Write down exactly the lines of the records below, beginning with the first and ending with the line that includes "#183=IFCINDEXEDPOLYGONALFACE((7,11,12,9,10,8));".

ENTRIES PROVIDED ->
--------------------------------------------------
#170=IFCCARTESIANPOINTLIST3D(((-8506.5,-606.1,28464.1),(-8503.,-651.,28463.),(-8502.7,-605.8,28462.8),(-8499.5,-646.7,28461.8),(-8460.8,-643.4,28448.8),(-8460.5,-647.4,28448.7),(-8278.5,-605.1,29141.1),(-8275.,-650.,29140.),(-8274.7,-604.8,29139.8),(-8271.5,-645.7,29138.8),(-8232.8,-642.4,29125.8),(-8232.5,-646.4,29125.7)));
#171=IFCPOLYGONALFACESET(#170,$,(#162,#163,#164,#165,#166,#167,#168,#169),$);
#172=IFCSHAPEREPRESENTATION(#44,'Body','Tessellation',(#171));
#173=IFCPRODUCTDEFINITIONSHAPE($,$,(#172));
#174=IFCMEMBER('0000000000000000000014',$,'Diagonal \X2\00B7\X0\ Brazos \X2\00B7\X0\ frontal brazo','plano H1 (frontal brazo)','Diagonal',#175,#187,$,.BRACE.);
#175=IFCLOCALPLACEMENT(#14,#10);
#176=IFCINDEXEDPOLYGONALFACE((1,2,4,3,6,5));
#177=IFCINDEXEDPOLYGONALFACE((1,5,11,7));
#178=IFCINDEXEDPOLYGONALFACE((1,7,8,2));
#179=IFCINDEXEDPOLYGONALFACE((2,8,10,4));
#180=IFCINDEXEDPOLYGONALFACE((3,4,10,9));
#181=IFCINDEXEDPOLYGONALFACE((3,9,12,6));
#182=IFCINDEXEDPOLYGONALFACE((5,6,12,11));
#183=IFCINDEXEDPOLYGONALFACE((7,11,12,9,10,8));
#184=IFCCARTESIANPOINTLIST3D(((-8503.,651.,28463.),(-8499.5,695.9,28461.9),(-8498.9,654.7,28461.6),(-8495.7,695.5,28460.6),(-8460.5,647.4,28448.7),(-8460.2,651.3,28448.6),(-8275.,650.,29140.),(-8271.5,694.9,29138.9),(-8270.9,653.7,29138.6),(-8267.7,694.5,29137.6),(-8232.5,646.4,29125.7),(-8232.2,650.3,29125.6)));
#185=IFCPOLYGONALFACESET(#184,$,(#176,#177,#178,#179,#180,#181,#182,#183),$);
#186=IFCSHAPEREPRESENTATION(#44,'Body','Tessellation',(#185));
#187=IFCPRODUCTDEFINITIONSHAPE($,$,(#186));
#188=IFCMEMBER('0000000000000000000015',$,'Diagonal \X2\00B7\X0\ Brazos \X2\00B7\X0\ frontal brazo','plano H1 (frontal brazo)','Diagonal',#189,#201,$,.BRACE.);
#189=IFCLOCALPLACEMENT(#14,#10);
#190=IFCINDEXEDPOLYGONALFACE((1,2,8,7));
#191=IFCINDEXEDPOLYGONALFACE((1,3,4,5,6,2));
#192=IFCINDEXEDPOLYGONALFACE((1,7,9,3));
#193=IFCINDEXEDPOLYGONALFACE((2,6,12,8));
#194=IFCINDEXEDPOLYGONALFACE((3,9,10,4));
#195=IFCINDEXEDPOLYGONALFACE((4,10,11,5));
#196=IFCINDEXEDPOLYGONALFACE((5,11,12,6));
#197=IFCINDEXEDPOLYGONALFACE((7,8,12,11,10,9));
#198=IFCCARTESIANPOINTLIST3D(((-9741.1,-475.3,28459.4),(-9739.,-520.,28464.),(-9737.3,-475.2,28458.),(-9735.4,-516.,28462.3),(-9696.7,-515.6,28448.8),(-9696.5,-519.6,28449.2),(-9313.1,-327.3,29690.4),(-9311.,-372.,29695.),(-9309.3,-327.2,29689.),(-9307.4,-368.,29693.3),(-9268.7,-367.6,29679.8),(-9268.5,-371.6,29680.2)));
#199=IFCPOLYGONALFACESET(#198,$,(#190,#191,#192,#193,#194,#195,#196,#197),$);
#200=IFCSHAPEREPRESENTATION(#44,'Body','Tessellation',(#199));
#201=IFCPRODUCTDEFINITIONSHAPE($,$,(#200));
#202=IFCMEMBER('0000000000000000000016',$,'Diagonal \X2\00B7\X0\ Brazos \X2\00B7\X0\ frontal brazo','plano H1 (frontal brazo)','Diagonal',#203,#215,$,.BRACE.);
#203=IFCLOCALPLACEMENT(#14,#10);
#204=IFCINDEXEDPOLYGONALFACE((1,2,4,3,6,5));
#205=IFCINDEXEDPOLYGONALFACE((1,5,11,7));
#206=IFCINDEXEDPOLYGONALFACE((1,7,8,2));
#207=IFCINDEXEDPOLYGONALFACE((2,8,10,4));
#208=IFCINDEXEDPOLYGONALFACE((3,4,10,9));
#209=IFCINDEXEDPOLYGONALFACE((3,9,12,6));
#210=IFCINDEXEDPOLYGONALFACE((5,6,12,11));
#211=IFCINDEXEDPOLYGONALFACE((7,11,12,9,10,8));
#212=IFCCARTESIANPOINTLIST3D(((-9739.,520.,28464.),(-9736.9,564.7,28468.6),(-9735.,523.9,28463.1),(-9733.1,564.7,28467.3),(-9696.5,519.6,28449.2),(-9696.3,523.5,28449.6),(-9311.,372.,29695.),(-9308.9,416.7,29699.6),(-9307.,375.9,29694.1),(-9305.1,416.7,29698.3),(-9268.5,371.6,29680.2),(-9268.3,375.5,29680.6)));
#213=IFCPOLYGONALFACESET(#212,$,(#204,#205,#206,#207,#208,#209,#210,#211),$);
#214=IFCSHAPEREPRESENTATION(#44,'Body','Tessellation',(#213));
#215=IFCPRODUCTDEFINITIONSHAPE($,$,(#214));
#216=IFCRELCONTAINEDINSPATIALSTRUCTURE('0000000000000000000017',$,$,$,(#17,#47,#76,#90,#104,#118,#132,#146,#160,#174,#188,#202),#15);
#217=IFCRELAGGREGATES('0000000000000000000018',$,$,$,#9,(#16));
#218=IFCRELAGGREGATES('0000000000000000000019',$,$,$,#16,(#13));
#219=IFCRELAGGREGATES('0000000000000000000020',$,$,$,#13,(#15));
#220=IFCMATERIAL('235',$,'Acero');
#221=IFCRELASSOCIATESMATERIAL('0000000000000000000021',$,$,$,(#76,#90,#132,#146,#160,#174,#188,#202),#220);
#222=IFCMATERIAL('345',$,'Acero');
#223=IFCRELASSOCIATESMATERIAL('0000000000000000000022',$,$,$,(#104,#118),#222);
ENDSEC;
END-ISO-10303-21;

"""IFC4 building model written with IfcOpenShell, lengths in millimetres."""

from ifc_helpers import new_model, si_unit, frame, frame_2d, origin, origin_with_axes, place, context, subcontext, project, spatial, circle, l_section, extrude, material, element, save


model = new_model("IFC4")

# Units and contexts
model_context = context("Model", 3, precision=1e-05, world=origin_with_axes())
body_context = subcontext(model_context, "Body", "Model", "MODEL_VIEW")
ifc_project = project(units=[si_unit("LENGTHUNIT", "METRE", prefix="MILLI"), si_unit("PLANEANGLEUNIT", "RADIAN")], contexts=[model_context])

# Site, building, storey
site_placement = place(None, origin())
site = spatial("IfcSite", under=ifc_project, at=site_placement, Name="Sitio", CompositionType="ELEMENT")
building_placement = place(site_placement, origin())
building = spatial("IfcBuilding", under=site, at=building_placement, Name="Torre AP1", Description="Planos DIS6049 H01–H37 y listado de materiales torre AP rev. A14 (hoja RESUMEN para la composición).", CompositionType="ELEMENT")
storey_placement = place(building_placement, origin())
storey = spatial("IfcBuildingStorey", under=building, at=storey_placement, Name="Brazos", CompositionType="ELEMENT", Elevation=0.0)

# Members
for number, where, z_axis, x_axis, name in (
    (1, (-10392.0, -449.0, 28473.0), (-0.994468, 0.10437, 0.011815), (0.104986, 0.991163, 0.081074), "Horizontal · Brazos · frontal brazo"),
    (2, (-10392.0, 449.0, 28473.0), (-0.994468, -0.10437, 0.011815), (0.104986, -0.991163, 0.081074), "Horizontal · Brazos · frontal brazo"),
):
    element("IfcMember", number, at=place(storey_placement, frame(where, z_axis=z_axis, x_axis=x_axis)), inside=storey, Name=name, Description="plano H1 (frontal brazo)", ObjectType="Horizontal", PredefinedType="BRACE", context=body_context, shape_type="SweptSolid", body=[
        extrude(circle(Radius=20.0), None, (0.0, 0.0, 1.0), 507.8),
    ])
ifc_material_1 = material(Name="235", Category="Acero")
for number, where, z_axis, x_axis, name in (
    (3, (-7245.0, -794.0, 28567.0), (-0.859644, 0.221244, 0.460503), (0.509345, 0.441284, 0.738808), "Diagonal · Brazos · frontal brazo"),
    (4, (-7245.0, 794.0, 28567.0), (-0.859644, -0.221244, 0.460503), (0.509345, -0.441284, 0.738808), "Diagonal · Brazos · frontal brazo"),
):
--------------------------------------------------
RESPONSE TO THE EXERCISE ->
#170=IFCCARTESIANPOINTLIST3D(((-8506.5,-606.1,28464.1),(-8503.,-651.,28463.),(-8502.7,-605.8,28462.8),(-8499.5,-646.7,28461.8),(-8460.8,-643.4,28448.8),(-8460.5,-647.4,28448.7),(-8278.5,-605.1,29141.1),(-8275.,-650.,29140.),(-8274.7,-604.8,29139.8),(-8271.5,-645.7,29138.8),(-8232.8,-642.4,29125.8),(-8232.5,-646.4,29125.7)));
#171=IFCPOLYGONALFACESET(#170,$,(#162,#163,#164,#165,#166,#167,#168,#169),$);
#172=IFCSHAPEREPRESENTATION(#44,'Body','Tessellation',(#171));
#173=IFCPRODUCTDEFINITIONSHAPE($,$,(#172));
#174=IFCMEMBER('0000000000000000000014',$,'Diagonal \X2\00B7\X0\ Brazos \X2\00B7\X0\ frontal brazo','plano H1 (frontal brazo)','Diagonal',#175,#187,$,.BRACE.);
#175=IFCLOCALPLACEMENT(#14,#10);
#176=IFCINDEXEDPOLYGONALFACE((1,2,4,3,6,5));
#177=IFCINDEXEDPOLYGONALFACE((1,5,11,7));
#178=IFCINDEXEDPOLYGONALFACE((1,7,8,2));
#179=IFCINDEXEDPOLYGONALFACE((2,8,10,4));
#180=IFCINDEXEDPOLYGONALFACE((3,4,10,9));
#181=IFCINDEXEDPOLYGONALFACE((3,9,12,6));
#182=IFCINDEXEDPOLYGONALFACE((5,6,12,11));
#183=IFCINDEXEDPOLYGONALFACE((7,11,12,9,10,8));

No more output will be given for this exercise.